Code of Business Ethics
We expect our directors, executives and employees to conduct themselves with the highest degree of integrity, ethics and honesty. We have adopted a Code of Business Ethics that applies to all employees, including our directors, principal executive officer, principal financial officer, principal accounting officer and various other departments throughout Apollo. Our Code of Business Ethics, which is available on the Investor Relations section of our website at http://www.apollo.edu, provides clear conflict of interest guidelines, as well as an explanation of reporting and investigatory procedures.
If we make any amendment to, or grant any waiver from, a provision of the Code of Business Ethics which requires disclosure under applicable SEC rules, we intend to disclose such amendment or waiver and the reasons for the amendment or waiver on our website at http://www.apollo.edu.
Board Leadership Structure and Director Independence
Peter Sperling serves as the Chairman of the Board of Directors. Our Chief Executive Officer, Gregory W. Cappelli, also serves as a member of our Board of Directors. We believe that this Board leadership structure, which separates the Chairman of the Board and Chief Executive Officer roles, is appropriate because Mr. Sperling, as the holder of a significant amount of our nonvoting Class A Common Stock and one of two holders of our voting Class B Common Stock, is uniquely well-positioned to represent the interests of stockholders. In particular, the Board of Directors believes that this structure clarifies the individual roles and responsibilities of Mr. Sperling and Mr. Cappelli, streamlines decision-making and promotes accountability in the management of the Company. The duties of the Chairman of the Board include:
Presiding over all meetings of the Board;
Preparing the agenda for Board meetings in consultation with the Chief Executive Officer and other members of the Board;
Presiding over meetings of Shareholders, when appropriate; and
Such other duties as may be assigned by the Board from time to time.

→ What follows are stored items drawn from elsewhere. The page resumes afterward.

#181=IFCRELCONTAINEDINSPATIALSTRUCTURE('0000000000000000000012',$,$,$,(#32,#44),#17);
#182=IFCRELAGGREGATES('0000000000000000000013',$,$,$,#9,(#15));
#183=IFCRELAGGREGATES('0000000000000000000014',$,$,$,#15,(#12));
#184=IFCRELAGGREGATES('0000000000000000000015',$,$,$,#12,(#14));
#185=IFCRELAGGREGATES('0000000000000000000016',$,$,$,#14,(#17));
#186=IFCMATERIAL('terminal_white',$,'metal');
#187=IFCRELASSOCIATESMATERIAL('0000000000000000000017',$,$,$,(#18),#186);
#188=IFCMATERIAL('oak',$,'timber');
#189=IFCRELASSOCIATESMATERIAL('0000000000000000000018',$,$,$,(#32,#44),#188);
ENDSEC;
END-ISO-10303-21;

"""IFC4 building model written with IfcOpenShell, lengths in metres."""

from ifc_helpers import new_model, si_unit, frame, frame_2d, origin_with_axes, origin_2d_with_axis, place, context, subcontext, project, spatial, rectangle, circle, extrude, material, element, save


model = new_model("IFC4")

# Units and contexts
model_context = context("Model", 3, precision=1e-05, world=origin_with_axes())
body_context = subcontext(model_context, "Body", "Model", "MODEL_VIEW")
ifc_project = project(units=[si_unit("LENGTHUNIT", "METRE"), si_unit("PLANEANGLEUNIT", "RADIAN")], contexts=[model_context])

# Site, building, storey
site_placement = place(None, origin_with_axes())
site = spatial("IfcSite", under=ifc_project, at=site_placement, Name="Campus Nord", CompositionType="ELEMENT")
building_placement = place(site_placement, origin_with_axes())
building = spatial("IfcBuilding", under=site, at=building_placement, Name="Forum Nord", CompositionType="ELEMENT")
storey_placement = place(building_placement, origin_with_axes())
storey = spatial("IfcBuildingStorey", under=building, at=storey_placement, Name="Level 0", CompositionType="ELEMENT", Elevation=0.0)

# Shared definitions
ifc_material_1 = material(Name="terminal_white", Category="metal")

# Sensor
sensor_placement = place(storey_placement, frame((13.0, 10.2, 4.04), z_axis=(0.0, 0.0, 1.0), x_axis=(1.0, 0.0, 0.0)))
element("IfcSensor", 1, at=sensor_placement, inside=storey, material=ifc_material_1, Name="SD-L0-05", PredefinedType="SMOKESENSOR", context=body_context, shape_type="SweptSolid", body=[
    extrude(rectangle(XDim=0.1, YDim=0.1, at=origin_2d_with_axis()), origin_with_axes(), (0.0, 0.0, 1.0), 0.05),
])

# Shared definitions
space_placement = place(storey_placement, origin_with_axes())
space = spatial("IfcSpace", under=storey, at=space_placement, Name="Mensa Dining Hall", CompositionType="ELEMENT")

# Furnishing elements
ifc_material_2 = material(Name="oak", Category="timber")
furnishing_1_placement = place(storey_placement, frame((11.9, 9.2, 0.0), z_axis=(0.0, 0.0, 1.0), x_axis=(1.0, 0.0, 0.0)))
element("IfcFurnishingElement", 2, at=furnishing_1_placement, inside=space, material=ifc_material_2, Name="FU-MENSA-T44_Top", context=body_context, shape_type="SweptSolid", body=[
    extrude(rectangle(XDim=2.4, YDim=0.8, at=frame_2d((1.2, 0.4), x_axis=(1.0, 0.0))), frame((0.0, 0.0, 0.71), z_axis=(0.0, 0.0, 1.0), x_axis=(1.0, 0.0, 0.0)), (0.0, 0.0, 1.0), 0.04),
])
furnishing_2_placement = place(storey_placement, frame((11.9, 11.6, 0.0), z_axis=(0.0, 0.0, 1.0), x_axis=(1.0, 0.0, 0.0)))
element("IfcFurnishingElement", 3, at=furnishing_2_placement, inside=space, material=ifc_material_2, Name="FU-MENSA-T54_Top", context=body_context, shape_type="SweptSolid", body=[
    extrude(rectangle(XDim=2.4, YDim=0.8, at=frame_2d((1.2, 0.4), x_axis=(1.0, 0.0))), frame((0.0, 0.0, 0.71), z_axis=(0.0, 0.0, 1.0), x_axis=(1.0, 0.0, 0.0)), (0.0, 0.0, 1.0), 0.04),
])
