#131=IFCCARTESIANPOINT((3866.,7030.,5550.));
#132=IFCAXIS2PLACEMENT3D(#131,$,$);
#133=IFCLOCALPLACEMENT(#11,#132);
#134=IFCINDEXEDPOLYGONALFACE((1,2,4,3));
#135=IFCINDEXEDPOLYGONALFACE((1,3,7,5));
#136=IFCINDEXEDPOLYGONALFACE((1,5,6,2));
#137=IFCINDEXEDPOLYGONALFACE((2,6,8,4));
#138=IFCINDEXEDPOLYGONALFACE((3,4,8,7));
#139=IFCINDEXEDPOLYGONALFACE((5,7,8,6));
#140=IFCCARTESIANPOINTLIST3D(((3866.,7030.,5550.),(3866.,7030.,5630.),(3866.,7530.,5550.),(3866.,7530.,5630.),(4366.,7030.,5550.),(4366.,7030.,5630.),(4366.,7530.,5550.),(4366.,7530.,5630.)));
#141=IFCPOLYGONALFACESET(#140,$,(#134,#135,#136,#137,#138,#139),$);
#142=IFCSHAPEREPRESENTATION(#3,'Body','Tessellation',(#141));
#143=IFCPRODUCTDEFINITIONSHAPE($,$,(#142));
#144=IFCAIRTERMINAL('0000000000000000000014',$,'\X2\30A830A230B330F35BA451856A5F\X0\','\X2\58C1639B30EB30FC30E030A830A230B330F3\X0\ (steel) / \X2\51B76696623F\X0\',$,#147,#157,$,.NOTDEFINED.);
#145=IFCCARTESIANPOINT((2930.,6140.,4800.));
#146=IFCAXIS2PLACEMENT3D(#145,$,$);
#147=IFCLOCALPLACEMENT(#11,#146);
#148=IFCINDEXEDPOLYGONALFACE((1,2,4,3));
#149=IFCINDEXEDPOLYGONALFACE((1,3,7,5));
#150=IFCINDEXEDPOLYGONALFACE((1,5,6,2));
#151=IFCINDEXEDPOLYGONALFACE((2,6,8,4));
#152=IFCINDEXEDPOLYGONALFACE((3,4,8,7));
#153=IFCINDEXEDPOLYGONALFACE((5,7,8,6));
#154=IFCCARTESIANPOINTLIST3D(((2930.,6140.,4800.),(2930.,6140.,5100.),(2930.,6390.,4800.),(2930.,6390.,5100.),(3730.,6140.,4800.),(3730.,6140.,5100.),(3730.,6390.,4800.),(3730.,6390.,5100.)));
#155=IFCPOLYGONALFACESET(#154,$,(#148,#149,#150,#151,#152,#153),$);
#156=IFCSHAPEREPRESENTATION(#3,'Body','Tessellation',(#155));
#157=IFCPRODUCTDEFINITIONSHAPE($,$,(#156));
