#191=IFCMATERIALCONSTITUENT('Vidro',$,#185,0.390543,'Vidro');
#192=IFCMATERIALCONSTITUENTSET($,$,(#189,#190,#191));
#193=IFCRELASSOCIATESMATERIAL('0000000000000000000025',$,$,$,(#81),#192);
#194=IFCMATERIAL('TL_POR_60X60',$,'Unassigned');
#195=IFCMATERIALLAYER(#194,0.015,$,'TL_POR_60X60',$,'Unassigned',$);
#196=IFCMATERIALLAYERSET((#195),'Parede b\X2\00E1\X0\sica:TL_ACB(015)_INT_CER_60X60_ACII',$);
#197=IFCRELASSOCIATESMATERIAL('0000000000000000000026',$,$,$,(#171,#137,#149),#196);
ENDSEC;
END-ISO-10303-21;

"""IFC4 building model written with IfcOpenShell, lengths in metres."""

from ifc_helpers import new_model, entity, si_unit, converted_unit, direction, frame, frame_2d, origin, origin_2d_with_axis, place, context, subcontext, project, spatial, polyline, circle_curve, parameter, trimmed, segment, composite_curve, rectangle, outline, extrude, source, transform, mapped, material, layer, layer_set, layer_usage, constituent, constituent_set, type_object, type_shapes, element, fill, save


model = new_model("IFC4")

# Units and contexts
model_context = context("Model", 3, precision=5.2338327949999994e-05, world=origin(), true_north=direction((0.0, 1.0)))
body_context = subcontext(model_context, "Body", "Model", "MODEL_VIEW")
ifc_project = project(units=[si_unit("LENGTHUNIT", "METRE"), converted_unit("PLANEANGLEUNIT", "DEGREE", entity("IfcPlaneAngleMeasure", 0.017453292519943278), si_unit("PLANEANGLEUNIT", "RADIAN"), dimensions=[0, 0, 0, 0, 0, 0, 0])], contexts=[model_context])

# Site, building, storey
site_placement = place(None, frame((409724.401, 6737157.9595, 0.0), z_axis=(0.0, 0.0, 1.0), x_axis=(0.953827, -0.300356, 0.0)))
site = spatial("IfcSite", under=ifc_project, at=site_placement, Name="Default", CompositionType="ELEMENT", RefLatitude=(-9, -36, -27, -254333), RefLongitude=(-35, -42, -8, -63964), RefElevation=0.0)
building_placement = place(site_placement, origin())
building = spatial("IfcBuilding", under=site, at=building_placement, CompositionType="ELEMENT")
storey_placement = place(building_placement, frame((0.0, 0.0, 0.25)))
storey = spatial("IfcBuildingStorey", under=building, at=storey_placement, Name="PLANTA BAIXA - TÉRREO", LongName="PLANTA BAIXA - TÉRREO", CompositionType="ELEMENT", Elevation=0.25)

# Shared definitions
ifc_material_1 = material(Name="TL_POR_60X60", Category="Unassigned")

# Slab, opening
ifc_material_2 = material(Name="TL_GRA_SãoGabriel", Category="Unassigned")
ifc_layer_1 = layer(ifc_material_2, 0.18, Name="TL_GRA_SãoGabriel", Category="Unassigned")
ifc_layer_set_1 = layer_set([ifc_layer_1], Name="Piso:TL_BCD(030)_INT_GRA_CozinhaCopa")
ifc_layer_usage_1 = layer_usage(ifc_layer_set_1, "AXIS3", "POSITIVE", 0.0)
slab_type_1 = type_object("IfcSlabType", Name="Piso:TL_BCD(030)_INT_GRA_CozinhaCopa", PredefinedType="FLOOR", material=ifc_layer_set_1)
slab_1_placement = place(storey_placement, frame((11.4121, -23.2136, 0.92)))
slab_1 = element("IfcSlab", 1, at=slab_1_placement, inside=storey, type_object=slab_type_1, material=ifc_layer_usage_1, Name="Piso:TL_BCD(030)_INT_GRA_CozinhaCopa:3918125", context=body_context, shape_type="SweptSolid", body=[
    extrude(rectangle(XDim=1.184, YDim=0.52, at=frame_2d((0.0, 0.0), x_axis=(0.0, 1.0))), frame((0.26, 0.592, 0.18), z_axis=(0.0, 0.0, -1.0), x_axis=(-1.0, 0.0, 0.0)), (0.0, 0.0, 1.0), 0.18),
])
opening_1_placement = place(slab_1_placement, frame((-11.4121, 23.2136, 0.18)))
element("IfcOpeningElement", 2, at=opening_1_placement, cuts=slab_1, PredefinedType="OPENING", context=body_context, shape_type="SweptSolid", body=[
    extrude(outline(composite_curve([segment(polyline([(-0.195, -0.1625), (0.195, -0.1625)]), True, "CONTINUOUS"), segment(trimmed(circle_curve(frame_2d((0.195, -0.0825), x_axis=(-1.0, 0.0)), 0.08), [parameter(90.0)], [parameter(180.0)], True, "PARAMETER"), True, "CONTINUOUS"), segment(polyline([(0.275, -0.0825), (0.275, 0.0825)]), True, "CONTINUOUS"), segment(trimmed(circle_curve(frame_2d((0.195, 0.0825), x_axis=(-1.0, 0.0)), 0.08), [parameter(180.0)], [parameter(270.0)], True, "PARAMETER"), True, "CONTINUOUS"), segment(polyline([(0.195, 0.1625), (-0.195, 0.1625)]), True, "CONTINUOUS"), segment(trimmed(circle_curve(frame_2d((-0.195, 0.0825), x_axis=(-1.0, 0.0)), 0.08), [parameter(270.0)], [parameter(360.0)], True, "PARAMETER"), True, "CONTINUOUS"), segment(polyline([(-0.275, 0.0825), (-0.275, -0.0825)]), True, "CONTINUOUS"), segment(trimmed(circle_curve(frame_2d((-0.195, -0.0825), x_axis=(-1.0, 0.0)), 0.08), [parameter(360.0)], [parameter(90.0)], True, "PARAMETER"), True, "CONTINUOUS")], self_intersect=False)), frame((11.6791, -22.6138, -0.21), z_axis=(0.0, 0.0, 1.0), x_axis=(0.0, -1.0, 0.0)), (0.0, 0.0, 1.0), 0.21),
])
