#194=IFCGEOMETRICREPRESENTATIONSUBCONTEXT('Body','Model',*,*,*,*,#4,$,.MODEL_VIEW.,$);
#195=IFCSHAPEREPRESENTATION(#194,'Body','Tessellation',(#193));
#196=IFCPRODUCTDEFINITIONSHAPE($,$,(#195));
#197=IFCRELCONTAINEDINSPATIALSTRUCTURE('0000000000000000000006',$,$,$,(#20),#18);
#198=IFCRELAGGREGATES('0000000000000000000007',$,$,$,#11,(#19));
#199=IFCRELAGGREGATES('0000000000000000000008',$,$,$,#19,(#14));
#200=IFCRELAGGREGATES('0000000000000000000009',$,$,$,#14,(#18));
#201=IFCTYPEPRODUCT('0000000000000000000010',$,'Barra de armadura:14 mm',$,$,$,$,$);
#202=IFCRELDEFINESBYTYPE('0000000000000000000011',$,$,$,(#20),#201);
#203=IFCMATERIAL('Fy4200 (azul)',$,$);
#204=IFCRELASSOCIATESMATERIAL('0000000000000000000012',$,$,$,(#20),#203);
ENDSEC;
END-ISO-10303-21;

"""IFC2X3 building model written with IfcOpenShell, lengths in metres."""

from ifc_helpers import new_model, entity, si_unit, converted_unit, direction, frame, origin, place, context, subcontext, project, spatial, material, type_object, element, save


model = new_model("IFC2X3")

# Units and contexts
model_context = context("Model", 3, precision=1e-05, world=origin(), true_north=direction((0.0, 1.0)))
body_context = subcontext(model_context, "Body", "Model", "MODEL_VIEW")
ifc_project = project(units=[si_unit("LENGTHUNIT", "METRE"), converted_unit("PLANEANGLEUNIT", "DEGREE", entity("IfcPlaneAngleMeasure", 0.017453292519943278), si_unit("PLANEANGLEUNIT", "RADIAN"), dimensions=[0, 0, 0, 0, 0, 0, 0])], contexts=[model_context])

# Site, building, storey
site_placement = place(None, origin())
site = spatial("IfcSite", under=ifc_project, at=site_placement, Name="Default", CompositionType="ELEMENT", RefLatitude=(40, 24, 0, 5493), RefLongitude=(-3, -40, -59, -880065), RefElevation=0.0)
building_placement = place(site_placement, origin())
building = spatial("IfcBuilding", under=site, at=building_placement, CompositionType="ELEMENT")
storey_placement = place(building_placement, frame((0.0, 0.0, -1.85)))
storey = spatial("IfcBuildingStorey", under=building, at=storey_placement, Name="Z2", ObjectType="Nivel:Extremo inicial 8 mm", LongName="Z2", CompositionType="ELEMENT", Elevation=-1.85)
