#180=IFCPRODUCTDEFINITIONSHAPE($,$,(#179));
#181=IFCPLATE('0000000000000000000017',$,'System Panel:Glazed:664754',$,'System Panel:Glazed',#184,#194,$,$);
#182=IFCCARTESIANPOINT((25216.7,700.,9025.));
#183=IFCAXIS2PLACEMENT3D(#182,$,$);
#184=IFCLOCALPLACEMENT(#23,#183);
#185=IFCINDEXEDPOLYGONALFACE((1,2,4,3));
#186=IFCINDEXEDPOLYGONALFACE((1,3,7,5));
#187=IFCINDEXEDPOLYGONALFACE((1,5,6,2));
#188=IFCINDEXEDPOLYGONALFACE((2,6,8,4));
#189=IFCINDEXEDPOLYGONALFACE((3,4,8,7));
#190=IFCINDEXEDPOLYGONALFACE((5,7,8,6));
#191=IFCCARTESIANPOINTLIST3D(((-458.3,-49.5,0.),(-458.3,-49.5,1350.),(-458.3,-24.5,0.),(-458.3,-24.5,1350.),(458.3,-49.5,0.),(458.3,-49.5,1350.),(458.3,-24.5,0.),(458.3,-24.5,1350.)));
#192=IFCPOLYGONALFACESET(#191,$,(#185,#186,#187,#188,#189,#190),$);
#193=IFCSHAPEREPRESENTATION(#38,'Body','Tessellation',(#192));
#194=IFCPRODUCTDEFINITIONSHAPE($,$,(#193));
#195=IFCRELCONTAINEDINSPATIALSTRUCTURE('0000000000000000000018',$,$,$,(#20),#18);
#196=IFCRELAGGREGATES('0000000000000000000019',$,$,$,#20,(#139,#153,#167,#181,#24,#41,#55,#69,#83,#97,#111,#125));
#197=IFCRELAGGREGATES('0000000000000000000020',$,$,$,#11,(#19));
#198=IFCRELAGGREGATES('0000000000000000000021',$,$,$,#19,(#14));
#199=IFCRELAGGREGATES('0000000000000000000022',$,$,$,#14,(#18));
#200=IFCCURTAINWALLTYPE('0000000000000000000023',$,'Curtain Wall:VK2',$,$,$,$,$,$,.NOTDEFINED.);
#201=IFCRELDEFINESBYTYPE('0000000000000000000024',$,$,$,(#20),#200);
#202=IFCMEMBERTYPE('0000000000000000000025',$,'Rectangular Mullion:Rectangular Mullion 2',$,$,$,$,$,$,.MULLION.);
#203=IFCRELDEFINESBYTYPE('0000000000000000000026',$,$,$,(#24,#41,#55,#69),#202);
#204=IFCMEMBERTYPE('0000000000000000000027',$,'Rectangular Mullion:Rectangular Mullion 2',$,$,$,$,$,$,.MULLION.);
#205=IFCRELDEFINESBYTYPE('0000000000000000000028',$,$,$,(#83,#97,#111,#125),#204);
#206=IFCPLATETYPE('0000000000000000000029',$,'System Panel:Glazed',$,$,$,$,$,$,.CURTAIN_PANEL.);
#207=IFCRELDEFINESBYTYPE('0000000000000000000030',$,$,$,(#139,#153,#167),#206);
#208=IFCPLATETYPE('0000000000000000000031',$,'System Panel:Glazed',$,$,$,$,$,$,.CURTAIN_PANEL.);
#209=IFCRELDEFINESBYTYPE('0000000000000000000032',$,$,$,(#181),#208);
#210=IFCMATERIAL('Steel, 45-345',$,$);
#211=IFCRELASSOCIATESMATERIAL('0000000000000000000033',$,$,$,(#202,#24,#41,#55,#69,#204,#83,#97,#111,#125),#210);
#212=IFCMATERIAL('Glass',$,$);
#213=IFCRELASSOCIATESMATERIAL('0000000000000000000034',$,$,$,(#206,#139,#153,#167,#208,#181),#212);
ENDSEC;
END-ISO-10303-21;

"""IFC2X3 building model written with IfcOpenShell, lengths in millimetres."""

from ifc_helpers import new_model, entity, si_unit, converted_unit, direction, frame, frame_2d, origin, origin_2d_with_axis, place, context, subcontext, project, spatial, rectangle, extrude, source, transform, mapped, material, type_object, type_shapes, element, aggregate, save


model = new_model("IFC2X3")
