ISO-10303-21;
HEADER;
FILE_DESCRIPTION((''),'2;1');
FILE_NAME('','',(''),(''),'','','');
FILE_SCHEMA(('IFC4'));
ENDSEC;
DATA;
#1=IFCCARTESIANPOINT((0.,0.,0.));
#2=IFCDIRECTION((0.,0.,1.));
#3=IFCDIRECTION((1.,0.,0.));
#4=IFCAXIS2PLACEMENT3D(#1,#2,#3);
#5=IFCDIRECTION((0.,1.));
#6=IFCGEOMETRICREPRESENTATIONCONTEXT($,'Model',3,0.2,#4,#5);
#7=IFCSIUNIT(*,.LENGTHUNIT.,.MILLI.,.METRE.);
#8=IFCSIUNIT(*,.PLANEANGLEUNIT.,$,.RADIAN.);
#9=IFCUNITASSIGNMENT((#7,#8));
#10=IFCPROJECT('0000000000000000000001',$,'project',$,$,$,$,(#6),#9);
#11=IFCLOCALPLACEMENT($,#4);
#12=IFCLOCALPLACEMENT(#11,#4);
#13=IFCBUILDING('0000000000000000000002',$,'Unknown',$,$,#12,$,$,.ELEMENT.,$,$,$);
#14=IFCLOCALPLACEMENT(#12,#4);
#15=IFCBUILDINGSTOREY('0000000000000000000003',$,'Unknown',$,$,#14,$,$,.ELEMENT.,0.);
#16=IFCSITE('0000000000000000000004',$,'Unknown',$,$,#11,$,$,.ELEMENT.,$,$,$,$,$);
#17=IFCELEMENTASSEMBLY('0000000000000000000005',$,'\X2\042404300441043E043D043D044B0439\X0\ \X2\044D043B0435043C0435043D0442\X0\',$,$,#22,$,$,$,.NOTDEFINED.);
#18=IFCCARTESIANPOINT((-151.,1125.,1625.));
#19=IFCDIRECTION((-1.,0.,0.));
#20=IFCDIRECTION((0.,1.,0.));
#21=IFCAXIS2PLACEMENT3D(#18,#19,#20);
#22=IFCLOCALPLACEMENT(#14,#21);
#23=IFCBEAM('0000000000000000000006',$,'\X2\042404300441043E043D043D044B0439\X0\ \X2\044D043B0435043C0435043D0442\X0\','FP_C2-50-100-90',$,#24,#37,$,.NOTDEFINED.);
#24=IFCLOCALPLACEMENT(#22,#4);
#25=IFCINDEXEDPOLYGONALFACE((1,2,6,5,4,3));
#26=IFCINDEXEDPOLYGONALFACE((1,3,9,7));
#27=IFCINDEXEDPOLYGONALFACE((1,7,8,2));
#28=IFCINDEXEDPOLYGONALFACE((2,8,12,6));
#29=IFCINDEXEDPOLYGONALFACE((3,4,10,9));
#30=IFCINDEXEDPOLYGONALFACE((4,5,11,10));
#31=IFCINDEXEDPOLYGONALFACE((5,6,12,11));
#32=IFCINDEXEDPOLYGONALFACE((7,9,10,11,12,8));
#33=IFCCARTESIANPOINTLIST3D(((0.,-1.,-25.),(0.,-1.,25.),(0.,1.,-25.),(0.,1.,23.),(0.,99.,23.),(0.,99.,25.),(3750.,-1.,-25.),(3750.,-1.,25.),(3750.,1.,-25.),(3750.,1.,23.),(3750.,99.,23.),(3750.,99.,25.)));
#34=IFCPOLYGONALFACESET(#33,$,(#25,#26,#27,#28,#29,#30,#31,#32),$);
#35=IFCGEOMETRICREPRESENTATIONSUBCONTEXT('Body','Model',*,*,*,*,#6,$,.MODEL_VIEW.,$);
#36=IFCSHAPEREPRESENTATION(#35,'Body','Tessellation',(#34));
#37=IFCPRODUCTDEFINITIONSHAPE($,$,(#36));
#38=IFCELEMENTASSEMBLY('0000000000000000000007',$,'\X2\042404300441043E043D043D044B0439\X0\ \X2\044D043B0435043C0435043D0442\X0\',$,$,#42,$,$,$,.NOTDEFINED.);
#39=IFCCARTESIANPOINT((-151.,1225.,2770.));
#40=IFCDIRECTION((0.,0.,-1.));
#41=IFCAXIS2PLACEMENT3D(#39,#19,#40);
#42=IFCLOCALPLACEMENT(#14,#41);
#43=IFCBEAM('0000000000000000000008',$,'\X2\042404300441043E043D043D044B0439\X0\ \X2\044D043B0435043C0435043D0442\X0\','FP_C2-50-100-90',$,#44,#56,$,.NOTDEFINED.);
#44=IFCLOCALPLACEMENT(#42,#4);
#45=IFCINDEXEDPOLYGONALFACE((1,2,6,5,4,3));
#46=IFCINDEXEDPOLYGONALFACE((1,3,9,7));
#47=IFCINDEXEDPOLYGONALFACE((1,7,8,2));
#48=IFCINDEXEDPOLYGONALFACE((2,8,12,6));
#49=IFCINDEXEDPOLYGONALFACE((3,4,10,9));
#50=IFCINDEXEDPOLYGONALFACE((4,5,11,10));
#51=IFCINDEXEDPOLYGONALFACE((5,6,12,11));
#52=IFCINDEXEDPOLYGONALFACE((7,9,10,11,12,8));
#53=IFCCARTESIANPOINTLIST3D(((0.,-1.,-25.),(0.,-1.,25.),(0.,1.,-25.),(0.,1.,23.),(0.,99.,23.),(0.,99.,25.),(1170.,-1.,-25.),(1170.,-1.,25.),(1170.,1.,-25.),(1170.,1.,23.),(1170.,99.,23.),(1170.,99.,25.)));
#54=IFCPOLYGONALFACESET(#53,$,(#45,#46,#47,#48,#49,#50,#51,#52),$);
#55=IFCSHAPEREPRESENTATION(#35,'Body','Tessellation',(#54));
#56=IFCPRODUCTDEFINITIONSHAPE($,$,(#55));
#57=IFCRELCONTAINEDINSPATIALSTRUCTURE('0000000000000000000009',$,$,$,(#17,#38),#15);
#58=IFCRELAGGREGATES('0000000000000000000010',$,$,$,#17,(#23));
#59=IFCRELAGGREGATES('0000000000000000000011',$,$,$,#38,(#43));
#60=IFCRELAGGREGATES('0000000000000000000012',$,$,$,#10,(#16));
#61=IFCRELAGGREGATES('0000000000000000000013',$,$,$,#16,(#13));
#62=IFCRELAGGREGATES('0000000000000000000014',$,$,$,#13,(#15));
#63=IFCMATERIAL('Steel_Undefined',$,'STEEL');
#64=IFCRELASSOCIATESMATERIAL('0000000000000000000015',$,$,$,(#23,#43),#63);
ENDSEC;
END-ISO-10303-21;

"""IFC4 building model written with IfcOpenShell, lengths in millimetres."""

from ifc_helpers import new_model, si_unit, direction, frame, origin_with_axes, place, context, subcontext, project, spatial, line, indexed_curve, outline, extrude, material, element, aggregate, save


model = new_model("IFC4")

# Units and contexts
model_context = context("Model", 3, precision=0.2, world=origin_with_axes(), true_north=direction((0.0, 1.0)))
body_context = subcontext(model_context, "Body", "Model", "MODEL_VIEW")
ifc_project = project(units=[si_unit("LENGTHUNIT", "METRE", prefix="MILLI"), si_unit("PLANEANGLEUNIT", "RADIAN")], contexts=[model_context])

# Site, building, storey
site_placement = place(None, origin_with_axes())
site = spatial("IfcSite", under=ifc_project, at=site_placement, Name="Unknown", CompositionType="ELEMENT")
building_placement = place(site_placement, origin_with_axes())
building = spatial("IfcBuilding", under=site, at=building_placement, Name="Unknown", CompositionType="ELEMENT")
storey_placement = place(building_placement, origin_with_axes())
storey = spatial("IfcBuildingStorey", under=building, at=storey_placement, Name="Unknown", CompositionType="ELEMENT", Elevation=0.0)

# Shared definitions
ifc_material_1 = material(Name="Steel_Undefined", Category="STEEL")

# Element assemblies, beams
assembly_1_placement = place(storey_placement, frame((-151.0, 1125.0, 1625.0), z_axis=(-1.0, 0.0, 0.0), x_axis=(0.0, 1.0, 0.0)))
assembly_1 = element("IfcElementAssembly", 1, at=assembly_1_placement, inside=storey, Name="Фасонный элемент", PredefinedType="NOTDEFINED")
beam_1_placement = place(assembly_1_placement, origin_with_axes())
beam_1 = element("IfcBeam", 2, at=beam_1_placement, material=ifc_material_1, Name="Фасонный элемент", Description="FP_C2-50-100-90", PredefinedType="NOTDEFINED", context=body_context, shape_type="SolidModel", body=[
    extrude(outline(indexed_curve([(-25.0, -1.0), (25.0, -1.0), (25.0, 99.0), (23.0, 99.0), (23.0, 1.0), (-25.0, 1.0)], segments=[line(1, 2, 3, 4, 5, 6, 1)])), frame((0.0, 0.0, 0.0), z_axis=(-1.0, 0.0, 0.0), x_axis=(0.0, 0.0, 1.0)), (0.0, 0.0, -1.0), 3750.0),
])
aggregate(assembly_1, [beam_1])
assembly_2_placement = place(storey_placement, frame((-151.0, 1225.0, 2770.0), z_axis=(-1.0, 0.0, 0.0), x_axis=(0.0, 0.0, -1.0)))
assembly_2 = element("IfcElementAssembly", 3, at=assembly_2_placement, inside=storey, Name="Фасонный элемент", PredefinedType="NOTDEFINED")
beam_2_placement = place(assembly_2_placement, origin_with_axes())
beam_2 = element("IfcBeam", 4, at=beam_2_placement, material=ifc_material_1, Name="Фасонный элемент", Description="FP_C2-50-100-90", PredefinedType="NOTDEFINED", context=body_context, shape_type="SolidModel", body=[
    extrude(outline(indexed_curve([(-25.0, -1.0), (25.0, -1.0), (25.0, 99.0), (23.0, 99.0), (23.0, 1.0), (-25.0, 1.0)], segments=[line(1, 2, 3, 4, 5, 6, 1)])), frame((0.0, 0.0, 0.0), z_axis=(-1.0, 0.0, 0.0), x_axis=(0.0, 0.0, 1.0)), (0.0, 0.0, -1.0), 1170.0),
])
aggregate(assembly_2, [beam_2])

save(model, "model.ifc")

We are a “Controlled Company” as defined in Rule 5615(c)(1) of the NASDAQ Listing Rules, because more than 50% of the voting power of our outstanding voting common stock is owned by an irrevocable trust, of which Mr. Sperling, Ms. Bishop and Ms. Shupp are co-trustees. As a consequence, under NASDAQ Listing Rule 5615(c)(2), we are exempt from certain requirements of NASDAQ Listing Rule 5605, including that (a) our Board be composed of a majority of independent directors (as defined in NASDAQ Listing Rule 5605(a)(2)), (b) we have a compensation committee composed solely of independent directors and (c) nominations to the Board of Directors are made by a majority of the independent directors or a nominations committee composed solely of independent directors. However, NASDAQ Listing Rule 5605(b)(2) does require that our independent directors have regularly scheduled meetings at which only independent directors are present (“executive sessions”) and Internal Revenue Code Section 162(m) (“Code Section 162(m)”) does require a compensation committee of outside directors (within the meaning of Code Section 162(m)) to approve certain grants to executive officers in order for us to be able to deduct such grants as an expense for federal tax purposes. Notwithstanding the foregoing exemptions, we do have a majority of independent directors on our Board of Directors and each of our standing committees, including the Compensation Committee, Audit Committee and Nominating and Governance Committee, is composed solely of independent directors.